Mangelfolgeschaden

Definition

Ein Mangelfolgeschaden ist ein Schaden, der durch einen Mangel an anderen Rechtsgütern als dem mangelhaften Werk selbst entsteht — etwa wenn ein Planungsfehler zu Schäden an der übrigen Bausubstanz oder an Sachen des Bauherrn führt.


Erklärung / Hintergrund

Der Mangelfolgeschaden ist versicherungsrechtlich die günstigste Kategorie im Mängelrecht. Er begründet einen eigenständigen Schadensersatzanspruch und ist damit gerade kein Anspruch auf die geschuldete Leistung.

Typische Beispiele

  • Eine fehlerhafte Abdichtungsplanung führt zu Wasserschäden an Einrichtungsgegenständen oder angrenzenden Bauteilen.
  • Ein statischer Berechnungsfehler verursacht Risse in Bauteilen, die von der fehlerhaften Planung nicht erfasst waren.
  • Eine mangelhaft geplante Leitungsführung beschädigt bereits fertiggestellte Ausbaugewerke.

Weitere Positionen, die diskutiert werden

Als Mangelfolgeschaden werden in der Praxis auch technischer oder merkantiler Minderwert, Gutachterkosten zur Mangelfeststellung sowie Nutzungsausfall und entgangene Mieteinnahmen geltend gemacht. Bei diesen Positionen ist Vorsicht geboten: Sie liegen an der Grenze zum eigenen Leistungsbereich, und mehrere Bedingungswerke enthalten für Nutzungsausfall und Verzögerungsschäden eigene Regelungen. Ob sie erfasst sind, lässt sich nicht allgemein sagen.

Abgrenzung

  • Mangel — der Fehler an der Planungs- oder Bauleistung selbst.
  • Mängelbeseitigungskosten — Aufwand für die Behebung des Mangels; Erfüllungsanspruch, typischerweise nicht versichert.
  • Mangelfolgeschaden — Schaden an anderen Rechtsgütern; eigenständiger Schadensersatzanspruch.
  • Erfüllungsfolgeschaden — der weitere Begriff, der auch rein wirtschaftliche Folgen umfasst.

Synonyme: mittelbarer Schaden, Folgeschaden aus einem Mangel.


Praxisrelevanz

Für Ihr Büro ist der Mangelfolgeschaden die Position, bei der eine Berufshaftpflichtversicherung ihren eigentlichen Zweck erfüllt. Die Mangelbeseitigung tragen Sie selbst — aber sie ist meist der kleinere Betrag. Was ein Bauvorhaben wirtschaftlich gefährlich macht, sind die Schäden ringsum: durchfeuchtete Nachbargewerke, beschädigtes Inventar, zerstörte Ausbauleistungen.

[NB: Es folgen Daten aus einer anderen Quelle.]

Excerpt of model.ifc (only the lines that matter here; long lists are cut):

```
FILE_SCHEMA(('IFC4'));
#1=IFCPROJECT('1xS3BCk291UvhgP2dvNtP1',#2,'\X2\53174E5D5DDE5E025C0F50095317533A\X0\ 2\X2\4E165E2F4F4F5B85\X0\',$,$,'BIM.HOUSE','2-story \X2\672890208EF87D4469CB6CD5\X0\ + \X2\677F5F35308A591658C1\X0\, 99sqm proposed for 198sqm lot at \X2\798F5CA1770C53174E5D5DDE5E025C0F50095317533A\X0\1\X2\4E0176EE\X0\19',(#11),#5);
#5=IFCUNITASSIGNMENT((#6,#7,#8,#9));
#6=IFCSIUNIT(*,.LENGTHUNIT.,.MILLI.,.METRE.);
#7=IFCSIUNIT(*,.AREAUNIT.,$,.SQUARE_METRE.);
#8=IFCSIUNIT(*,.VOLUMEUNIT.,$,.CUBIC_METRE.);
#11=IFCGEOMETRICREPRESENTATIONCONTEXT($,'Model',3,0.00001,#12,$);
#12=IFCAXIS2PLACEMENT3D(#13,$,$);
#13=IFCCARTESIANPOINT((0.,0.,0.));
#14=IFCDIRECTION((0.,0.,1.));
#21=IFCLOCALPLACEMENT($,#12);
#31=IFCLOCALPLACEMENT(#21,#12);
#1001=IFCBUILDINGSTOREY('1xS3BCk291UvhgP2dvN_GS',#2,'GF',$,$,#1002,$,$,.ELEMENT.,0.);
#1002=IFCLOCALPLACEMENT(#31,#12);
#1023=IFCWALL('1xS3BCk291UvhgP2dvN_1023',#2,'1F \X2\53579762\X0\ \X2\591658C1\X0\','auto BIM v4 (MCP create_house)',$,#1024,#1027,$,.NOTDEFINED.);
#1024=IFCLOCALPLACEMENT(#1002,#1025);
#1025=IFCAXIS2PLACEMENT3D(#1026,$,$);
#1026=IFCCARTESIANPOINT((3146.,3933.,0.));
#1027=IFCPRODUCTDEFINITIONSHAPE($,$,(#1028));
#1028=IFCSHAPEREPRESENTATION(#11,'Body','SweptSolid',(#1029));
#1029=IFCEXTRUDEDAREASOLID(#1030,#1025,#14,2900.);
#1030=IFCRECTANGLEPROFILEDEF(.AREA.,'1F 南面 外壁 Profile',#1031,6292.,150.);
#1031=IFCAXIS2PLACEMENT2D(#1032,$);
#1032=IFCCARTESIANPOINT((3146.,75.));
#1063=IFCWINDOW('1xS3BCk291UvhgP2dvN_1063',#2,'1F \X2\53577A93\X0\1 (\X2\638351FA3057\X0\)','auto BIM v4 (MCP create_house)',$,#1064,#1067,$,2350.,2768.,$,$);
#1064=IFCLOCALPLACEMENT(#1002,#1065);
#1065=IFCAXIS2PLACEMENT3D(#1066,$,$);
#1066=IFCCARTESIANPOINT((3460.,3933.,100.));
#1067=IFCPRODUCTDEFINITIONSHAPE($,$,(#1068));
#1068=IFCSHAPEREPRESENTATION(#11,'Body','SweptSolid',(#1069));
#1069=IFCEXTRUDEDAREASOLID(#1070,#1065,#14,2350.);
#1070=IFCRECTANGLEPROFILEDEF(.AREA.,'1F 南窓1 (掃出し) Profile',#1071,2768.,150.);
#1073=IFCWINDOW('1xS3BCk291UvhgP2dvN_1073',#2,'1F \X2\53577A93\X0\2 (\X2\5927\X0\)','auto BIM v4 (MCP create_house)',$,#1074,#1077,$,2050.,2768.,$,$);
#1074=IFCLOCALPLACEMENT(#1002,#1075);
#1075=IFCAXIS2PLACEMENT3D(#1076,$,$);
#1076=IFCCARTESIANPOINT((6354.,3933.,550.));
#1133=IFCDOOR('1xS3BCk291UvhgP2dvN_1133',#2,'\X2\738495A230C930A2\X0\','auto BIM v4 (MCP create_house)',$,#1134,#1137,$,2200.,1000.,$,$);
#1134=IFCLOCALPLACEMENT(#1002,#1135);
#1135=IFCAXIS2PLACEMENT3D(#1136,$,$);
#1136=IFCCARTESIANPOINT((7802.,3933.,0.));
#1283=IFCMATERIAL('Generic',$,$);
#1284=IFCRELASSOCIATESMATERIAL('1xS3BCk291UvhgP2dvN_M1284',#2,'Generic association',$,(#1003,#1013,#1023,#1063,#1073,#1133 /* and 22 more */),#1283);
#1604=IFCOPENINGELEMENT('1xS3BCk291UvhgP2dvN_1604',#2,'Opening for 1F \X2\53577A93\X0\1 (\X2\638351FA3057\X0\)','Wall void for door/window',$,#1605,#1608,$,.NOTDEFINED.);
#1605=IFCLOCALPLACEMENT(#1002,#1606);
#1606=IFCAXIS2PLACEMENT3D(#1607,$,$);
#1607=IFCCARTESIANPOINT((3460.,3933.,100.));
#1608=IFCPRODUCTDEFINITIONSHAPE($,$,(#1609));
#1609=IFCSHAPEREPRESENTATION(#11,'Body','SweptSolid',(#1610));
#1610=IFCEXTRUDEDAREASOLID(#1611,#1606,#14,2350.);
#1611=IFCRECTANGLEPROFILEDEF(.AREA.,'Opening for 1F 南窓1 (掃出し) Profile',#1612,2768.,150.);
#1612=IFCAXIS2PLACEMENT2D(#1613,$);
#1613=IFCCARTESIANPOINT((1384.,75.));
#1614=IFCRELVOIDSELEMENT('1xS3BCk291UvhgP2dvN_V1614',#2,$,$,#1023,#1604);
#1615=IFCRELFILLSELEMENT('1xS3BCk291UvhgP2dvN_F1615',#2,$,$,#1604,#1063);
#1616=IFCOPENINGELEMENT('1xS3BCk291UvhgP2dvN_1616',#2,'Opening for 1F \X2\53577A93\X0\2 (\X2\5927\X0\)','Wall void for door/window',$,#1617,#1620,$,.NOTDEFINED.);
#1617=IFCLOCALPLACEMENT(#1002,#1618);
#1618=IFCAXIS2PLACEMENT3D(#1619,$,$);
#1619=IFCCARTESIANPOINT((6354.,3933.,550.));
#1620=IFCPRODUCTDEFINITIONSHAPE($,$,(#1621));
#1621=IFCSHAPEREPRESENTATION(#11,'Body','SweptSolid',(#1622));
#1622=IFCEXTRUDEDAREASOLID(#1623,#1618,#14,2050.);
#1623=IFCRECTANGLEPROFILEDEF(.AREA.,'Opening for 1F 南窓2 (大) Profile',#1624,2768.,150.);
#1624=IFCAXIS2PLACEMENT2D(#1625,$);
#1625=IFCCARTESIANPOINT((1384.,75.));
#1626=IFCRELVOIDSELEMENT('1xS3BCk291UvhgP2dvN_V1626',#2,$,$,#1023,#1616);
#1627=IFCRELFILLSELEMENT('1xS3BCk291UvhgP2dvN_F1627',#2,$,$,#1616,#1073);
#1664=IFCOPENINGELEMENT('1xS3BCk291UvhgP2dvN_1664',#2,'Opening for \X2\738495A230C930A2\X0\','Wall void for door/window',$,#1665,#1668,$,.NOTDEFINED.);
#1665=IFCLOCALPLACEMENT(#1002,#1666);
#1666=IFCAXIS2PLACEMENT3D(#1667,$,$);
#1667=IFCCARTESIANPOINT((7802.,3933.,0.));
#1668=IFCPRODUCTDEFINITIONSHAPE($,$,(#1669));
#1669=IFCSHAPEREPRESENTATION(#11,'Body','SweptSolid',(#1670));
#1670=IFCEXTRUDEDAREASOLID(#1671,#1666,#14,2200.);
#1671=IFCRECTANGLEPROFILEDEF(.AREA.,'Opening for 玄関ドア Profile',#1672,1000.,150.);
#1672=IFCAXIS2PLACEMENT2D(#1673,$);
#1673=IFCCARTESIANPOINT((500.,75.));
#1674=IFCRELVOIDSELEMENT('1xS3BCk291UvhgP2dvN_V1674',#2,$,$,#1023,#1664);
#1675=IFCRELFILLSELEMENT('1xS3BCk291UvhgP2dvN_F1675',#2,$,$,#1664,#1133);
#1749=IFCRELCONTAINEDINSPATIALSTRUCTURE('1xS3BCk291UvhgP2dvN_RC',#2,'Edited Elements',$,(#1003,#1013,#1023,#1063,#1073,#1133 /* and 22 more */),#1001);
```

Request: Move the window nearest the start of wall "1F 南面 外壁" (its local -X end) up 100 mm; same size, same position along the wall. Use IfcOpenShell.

```python
import numpy as np
import ifcopenshell
import ifcopenshell.api.geometry
import ifcopenshell.util.placement
import ifcopenshell.util.unit

model = ifcopenshell.open("model.ifc")
unit_scale = ifcopenshell.util.unit.calculate_unit_scale(model)

window = model.by_guid("1xS3BCk291UvhgP2dvN_1063")
opening = window.FillsVoids[0].RelatingOpeningElement
dz = 0.1 / unit_scale

shift = np.array([0.0, 0.0, dz])
# The window is not placed relative to its opening, so move both.
for product in (opening, window):
    matrix = ifcopenshell.util.placement.get_local_placement(product.ObjectPlacement)
    matrix[:3, 3] += shift
    ifcopenshell.api.geometry.edit_object_placement(model, product=product, matrix=matrix, is_si=False)

print(f"moved by {dz * unit_scale:+.3f} m")

model.write("model_v2.ifc")
```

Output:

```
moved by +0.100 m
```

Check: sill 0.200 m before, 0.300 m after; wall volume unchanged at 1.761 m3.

Zwei Punkte für die Praxis:

  • Trennen Sie die Positionen früh. Bauherren machen Nachbesserung und Folgeschäden in einer Summe geltend. Erst die Aufschlüsselung zeigt, welcher Teil überhaupt versicherungsrelevant ist — und sie ist die Grundlage jeder sinnvollen Schadenmeldung.
  • Melden Sie früh und vollständig. Die Schadenmeldung gehört zu Ihren Obliegenheiten. Bei Folgeschäden zeigt sich der volle Umfang oft erst nach Monaten; eine frühe Meldung schützt den Versicherungsschutz.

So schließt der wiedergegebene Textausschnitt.